I love the look! Most bikes are built to show off the engines, this one shows of the batteries. I love the status leds on the side. Do you think they will be selling these?


----------



## Bowser330 (Jun 15, 2008)

looks like its got 3 Eteks...


----------



## frodus (Apr 12, 2008)

not etek, Agni's


----------



## jedurai (Dec 14, 2008)

Man, that thing is beautiful. Breathtaking. I love the fact that it looks so much like the original Czysz, but is definitely its own beast. And that video... WOW. You hear it pulling away with a little whine.
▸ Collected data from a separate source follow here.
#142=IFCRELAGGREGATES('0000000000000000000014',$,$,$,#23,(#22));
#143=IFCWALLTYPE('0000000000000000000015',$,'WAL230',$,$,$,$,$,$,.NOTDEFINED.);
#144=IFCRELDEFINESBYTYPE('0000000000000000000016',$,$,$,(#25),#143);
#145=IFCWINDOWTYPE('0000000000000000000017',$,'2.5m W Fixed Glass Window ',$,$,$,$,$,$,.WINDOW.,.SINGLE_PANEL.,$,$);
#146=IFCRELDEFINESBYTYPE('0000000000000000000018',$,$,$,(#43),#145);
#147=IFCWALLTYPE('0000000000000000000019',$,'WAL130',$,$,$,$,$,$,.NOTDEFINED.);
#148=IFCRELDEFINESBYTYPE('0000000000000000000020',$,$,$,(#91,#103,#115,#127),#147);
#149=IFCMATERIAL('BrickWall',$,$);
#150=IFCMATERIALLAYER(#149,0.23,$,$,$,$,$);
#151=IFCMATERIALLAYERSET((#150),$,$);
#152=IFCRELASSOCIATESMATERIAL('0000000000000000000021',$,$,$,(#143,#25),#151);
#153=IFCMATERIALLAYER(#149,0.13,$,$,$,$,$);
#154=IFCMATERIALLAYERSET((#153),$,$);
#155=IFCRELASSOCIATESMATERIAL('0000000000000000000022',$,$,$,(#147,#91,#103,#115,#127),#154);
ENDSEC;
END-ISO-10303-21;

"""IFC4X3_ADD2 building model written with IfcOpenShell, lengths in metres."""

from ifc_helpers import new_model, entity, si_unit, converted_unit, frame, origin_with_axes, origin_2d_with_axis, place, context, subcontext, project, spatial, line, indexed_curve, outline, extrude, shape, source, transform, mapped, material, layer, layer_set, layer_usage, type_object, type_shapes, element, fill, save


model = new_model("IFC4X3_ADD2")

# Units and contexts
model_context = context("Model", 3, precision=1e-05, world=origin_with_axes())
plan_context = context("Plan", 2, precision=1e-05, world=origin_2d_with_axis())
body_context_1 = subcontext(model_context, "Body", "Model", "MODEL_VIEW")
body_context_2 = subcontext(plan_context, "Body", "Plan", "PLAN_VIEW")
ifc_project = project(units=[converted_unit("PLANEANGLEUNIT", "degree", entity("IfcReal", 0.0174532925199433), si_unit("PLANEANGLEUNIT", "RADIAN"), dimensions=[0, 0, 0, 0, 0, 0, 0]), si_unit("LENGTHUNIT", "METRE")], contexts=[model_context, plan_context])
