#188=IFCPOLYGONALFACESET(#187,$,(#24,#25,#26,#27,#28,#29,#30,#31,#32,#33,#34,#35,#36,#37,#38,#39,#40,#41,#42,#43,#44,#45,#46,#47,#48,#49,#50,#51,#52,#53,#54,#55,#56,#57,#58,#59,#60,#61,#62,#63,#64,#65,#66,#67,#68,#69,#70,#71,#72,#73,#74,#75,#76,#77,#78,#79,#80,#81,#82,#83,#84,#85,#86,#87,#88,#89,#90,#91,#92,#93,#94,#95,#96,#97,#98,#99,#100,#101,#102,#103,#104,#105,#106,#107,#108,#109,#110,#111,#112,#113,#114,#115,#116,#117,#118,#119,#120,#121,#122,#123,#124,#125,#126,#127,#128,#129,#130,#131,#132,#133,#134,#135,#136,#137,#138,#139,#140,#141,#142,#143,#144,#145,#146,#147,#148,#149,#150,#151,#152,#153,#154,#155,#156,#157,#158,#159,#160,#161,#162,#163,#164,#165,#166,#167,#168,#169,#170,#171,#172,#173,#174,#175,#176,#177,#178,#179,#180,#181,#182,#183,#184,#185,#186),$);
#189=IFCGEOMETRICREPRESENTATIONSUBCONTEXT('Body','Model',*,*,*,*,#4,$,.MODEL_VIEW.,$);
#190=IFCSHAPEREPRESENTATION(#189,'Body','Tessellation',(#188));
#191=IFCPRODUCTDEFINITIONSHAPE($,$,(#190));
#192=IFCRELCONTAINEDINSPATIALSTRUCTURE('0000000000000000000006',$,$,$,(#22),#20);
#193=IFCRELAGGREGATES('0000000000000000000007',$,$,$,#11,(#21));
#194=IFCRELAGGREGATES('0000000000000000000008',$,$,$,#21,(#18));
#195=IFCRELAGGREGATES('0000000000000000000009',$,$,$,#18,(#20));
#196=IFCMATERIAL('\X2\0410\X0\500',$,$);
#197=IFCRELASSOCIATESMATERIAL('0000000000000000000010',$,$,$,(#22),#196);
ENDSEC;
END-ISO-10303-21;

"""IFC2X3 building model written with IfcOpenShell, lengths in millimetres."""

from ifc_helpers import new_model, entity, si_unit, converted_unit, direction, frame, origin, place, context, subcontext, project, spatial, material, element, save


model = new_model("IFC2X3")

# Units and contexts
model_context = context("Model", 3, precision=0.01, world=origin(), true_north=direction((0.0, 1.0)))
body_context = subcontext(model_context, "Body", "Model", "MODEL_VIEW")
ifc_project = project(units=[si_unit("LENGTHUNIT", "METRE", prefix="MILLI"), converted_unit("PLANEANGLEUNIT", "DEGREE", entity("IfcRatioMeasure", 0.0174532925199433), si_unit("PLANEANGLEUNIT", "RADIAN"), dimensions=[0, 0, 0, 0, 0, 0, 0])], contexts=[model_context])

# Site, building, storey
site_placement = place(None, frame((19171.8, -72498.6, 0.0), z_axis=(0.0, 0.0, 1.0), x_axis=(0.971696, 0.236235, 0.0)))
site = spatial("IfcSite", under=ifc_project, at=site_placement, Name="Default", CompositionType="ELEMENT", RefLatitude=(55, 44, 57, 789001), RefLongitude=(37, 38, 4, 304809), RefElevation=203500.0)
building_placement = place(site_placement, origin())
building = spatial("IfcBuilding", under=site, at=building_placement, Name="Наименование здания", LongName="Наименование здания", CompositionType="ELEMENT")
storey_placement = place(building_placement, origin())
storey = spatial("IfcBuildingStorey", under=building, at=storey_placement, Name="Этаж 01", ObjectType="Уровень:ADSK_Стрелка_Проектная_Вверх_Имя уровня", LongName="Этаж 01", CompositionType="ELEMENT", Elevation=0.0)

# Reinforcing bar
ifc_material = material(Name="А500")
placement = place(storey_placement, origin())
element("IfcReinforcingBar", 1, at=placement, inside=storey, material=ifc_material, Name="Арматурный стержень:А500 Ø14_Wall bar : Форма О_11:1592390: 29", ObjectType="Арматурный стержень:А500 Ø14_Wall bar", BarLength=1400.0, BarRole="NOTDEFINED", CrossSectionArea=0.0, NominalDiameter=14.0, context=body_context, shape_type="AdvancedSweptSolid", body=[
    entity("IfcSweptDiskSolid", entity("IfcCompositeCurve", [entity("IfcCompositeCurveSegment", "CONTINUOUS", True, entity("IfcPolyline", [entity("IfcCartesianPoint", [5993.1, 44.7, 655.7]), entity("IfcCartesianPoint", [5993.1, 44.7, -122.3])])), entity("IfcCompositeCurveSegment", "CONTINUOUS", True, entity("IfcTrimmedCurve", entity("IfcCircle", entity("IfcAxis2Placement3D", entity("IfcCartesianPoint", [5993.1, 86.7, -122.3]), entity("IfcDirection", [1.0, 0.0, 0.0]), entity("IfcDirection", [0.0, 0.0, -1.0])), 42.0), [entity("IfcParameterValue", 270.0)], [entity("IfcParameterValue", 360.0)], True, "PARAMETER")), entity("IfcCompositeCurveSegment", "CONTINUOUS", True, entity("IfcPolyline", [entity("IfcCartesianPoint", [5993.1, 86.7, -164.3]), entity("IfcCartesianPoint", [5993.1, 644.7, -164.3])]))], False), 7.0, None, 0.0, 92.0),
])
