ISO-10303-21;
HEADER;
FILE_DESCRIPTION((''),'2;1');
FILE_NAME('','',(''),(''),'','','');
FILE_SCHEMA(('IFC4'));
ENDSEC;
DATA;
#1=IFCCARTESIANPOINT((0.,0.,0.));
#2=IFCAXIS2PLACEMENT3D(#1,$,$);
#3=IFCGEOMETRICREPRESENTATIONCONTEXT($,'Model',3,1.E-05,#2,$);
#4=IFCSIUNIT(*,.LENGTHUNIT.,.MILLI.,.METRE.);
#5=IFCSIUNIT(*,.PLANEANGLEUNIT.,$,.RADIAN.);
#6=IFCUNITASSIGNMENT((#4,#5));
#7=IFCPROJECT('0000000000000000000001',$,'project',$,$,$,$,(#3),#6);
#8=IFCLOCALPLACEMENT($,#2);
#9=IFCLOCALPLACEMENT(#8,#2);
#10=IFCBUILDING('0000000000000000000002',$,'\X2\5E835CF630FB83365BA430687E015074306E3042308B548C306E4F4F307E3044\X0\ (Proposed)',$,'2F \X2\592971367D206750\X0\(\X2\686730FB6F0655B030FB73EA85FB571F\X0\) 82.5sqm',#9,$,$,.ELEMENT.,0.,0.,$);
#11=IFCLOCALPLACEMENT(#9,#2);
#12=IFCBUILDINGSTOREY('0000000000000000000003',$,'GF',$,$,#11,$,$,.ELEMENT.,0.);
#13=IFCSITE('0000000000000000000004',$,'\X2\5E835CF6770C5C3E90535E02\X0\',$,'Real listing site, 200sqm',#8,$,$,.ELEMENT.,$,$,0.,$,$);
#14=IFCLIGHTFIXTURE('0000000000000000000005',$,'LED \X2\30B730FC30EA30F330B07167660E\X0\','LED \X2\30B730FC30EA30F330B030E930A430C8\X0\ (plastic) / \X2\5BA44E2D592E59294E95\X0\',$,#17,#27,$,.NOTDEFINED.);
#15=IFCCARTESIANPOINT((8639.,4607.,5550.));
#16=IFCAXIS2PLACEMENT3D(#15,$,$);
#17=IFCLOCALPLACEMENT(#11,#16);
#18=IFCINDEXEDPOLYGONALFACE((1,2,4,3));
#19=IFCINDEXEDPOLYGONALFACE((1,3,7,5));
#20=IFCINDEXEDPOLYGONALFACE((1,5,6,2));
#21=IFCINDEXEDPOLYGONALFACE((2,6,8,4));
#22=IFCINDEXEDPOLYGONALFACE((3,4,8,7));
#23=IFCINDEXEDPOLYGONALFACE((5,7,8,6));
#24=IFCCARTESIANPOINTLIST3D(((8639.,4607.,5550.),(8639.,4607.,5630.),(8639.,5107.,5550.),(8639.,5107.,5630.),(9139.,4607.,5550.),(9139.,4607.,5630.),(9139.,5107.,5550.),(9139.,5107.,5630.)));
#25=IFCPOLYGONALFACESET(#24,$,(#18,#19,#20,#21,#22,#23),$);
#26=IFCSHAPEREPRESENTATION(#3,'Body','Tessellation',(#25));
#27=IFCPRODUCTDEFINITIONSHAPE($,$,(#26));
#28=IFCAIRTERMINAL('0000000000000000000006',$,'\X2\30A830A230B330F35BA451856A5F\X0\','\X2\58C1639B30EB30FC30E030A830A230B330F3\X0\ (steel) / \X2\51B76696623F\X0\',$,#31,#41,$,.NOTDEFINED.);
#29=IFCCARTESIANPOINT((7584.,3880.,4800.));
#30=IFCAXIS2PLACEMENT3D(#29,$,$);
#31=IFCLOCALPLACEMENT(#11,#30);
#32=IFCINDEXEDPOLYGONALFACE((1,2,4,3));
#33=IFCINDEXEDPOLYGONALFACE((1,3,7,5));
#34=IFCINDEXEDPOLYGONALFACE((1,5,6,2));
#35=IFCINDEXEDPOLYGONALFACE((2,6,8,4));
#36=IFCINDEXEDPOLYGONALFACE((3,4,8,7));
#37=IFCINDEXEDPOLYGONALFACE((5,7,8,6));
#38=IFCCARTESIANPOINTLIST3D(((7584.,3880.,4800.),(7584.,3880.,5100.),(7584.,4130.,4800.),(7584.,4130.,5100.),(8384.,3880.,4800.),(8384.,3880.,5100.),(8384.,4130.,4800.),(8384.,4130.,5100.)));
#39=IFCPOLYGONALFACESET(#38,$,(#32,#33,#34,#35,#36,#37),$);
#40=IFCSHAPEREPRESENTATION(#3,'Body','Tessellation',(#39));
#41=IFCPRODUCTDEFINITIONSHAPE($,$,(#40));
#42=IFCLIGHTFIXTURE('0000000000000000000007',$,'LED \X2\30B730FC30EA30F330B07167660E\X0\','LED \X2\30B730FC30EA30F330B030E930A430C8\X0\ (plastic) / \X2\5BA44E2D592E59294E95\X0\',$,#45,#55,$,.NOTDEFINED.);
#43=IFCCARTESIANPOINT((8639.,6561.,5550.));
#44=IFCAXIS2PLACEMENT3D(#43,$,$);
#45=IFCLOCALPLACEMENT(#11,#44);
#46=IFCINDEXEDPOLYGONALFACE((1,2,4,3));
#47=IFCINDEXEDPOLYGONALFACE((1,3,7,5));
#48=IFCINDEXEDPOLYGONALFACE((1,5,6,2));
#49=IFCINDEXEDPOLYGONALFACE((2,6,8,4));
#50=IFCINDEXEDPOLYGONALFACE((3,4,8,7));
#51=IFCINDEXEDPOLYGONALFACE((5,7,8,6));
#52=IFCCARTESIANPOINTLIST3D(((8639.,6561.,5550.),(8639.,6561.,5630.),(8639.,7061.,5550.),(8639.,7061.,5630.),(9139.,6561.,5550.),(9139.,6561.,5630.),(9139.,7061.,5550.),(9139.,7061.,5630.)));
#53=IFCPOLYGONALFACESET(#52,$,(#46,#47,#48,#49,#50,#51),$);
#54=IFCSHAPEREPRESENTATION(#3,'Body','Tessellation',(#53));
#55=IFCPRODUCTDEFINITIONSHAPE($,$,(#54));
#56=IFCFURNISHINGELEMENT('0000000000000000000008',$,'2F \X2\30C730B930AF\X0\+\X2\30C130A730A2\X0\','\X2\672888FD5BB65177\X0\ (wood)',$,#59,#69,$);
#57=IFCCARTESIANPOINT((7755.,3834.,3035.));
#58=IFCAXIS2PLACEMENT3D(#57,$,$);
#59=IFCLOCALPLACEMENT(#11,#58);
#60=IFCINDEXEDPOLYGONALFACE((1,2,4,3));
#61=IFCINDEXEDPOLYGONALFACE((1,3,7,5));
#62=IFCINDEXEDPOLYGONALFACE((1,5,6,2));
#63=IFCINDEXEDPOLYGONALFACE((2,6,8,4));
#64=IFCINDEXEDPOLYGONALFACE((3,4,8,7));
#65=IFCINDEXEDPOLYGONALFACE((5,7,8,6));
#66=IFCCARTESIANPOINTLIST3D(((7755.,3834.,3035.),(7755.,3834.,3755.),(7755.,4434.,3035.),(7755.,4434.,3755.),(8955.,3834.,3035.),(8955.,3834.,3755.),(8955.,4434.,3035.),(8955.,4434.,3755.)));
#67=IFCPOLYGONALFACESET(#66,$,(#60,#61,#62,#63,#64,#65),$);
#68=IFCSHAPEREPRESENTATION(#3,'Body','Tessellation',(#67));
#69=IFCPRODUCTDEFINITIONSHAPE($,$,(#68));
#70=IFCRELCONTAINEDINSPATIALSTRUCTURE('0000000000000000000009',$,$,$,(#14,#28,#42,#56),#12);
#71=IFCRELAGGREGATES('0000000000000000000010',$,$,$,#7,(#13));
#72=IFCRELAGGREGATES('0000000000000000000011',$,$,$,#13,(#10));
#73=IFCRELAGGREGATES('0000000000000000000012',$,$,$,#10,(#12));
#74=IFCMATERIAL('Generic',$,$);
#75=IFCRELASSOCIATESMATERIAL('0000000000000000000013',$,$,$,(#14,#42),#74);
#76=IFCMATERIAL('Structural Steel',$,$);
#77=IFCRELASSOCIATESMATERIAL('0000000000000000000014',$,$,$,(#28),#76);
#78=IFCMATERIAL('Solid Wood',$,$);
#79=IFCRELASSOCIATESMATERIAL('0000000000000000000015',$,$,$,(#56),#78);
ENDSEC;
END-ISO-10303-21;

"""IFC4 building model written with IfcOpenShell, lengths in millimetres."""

from ifc_helpers import new_model, si_unit, frame, frame_2d, origin, place, context, project, spatial, rectangle, extrude, material, element, save


model = new_model("IFC4")

# Units and contexts
model_context = context("Model", 3, precision=1e-05, world=origin())
ifc_project = project(units=[si_unit("LENGTHUNIT", "METRE", prefix="MILLI"), si_unit("PLANEANGLEUNIT", "RADIAN")], contexts=[model_context])

# Site, building, storey
site_placement = place(None, origin())
site = spatial("IfcSite", under=ifc_project, at=site_placement, Name="広島県尾道市", ObjectType="Real listing site, 200sqm", CompositionType="ELEMENT", RefElevation=0.0)
building_placement = place(site_placement, origin())
building = spatial("IfcBuilding", under=site, at=building_placement, Name="広島・茶室と縁側のある和の住まい (Proposed)", ObjectType="2F 天然素材(桧・漆喰・珪藻土) 82.5sqm", CompositionType="ELEMENT", ElevationOfRefHeight=0.0, ElevationOfTerrain=0.0)
storey_placement = place(building_placement, origin())
storey = spatial("IfcBuildingStorey", under=building, at=storey_placement, Name="GF", CompositionType="ELEMENT", Elevation=0.0)

# Shared definitions
ifc_material_1 = material(Name="Solid Wood")

# Shared definitions
ifc_material_2 = material(Name="Structural Steel")

# Shared definitions
ifc_material_3 = material(Name="Generic")

# Light fixture
light_fixture_1_placement = place(storey_placement, frame((8639.0, 4607.0, 5550.0)))
element("IfcLightFixture", 1, at=light_fixture_1_placement, inside=storey, material=ifc_material_3, Name="LED シーリング照明", Description="LED シーリングライト (plastic) / 室中央天井", PredefinedType="NOTDEFINED", context=model_context, shape_type="SweptSolid", body=[
    extrude(rectangle(XDim=500.0, YDim=500.0, at=frame_2d((250.0, 250.0))), frame((8639.0, 4607.0, 5550.0)), (0.0, 0.0, 1.0), 80.0),
])

# Air terminal
air_terminal_1_placement = place(storey_placement, frame((7584.0, 3880.0, 4800.0)))
element("IfcAirTerminal", 2, at=air_terminal_1_placement, inside=storey, material=ifc_material_2, Name="エアコン室内機", Description="壁掛ルームエアコン (steel) / 冷暖房", PredefinedType="NOTDEFINED", context=model_context, shape_type="SweptSolid", body=[
    extrude(rectangle(XDim=800.0, YDim=250.0, at=frame_2d((400.0, 125.0))), frame((7584.0, 3880.0, 4800.0)), (0.0, 0.0, 1.0), 300.0),
])

# Light fixture
light_fixture_2_placement = place(storey_placement, frame((8639.0, 6561.0, 5550.0)))
element("IfcLightFixture", 3, at=light_fixture_2_placement, inside=storey, material=ifc_material_3, Name="LED シーリング照明", Description="LED シーリングライト (plastic) / 室中央天井", PredefinedType="NOTDEFINED", context=model_context, shape_type="SweptSolid", body=[
    extrude(rectangle(XDim=500.0, YDim=500.0, at=frame_2d((250.0, 250.0))), frame((8639.0, 6561.0, 5550.0)), (0.0, 0.0, 1.0), 80.0),
])

# Furnishing element
furnishing_placement = place(storey_placement, frame((7755.0, 3834.0, 3035.0)))
element("IfcFurnishingElement", 4, at=furnishing_placement, inside=storey, material=ifc_material_1, Name="2F デスク+チェア", Description="木製家具 (wood)", context=model_context, shape_type="SweptSolid", body=[
    extrude(rectangle(XDim=1200.0, YDim=600.0, at=frame_2d((600.0, 300.0))), frame((7755.0, 3834.0, 3035.0)), (0.0, 0.0, 1.0), 720.0),
])

save(model, "model.ifc")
UG! As a rider myself, that got my heart pounding. Thanks for the post.


----------



## RollingTripod (Jan 2, 2010)

great looking bike, shame its slower than the petrol one though. One step closer


----------



## gor (Nov 25, 2009)

very good ideas, beautiful bike

last thing i read they had unfortunate breakdown on the race - how they doing now? what (where) the latest news?


----------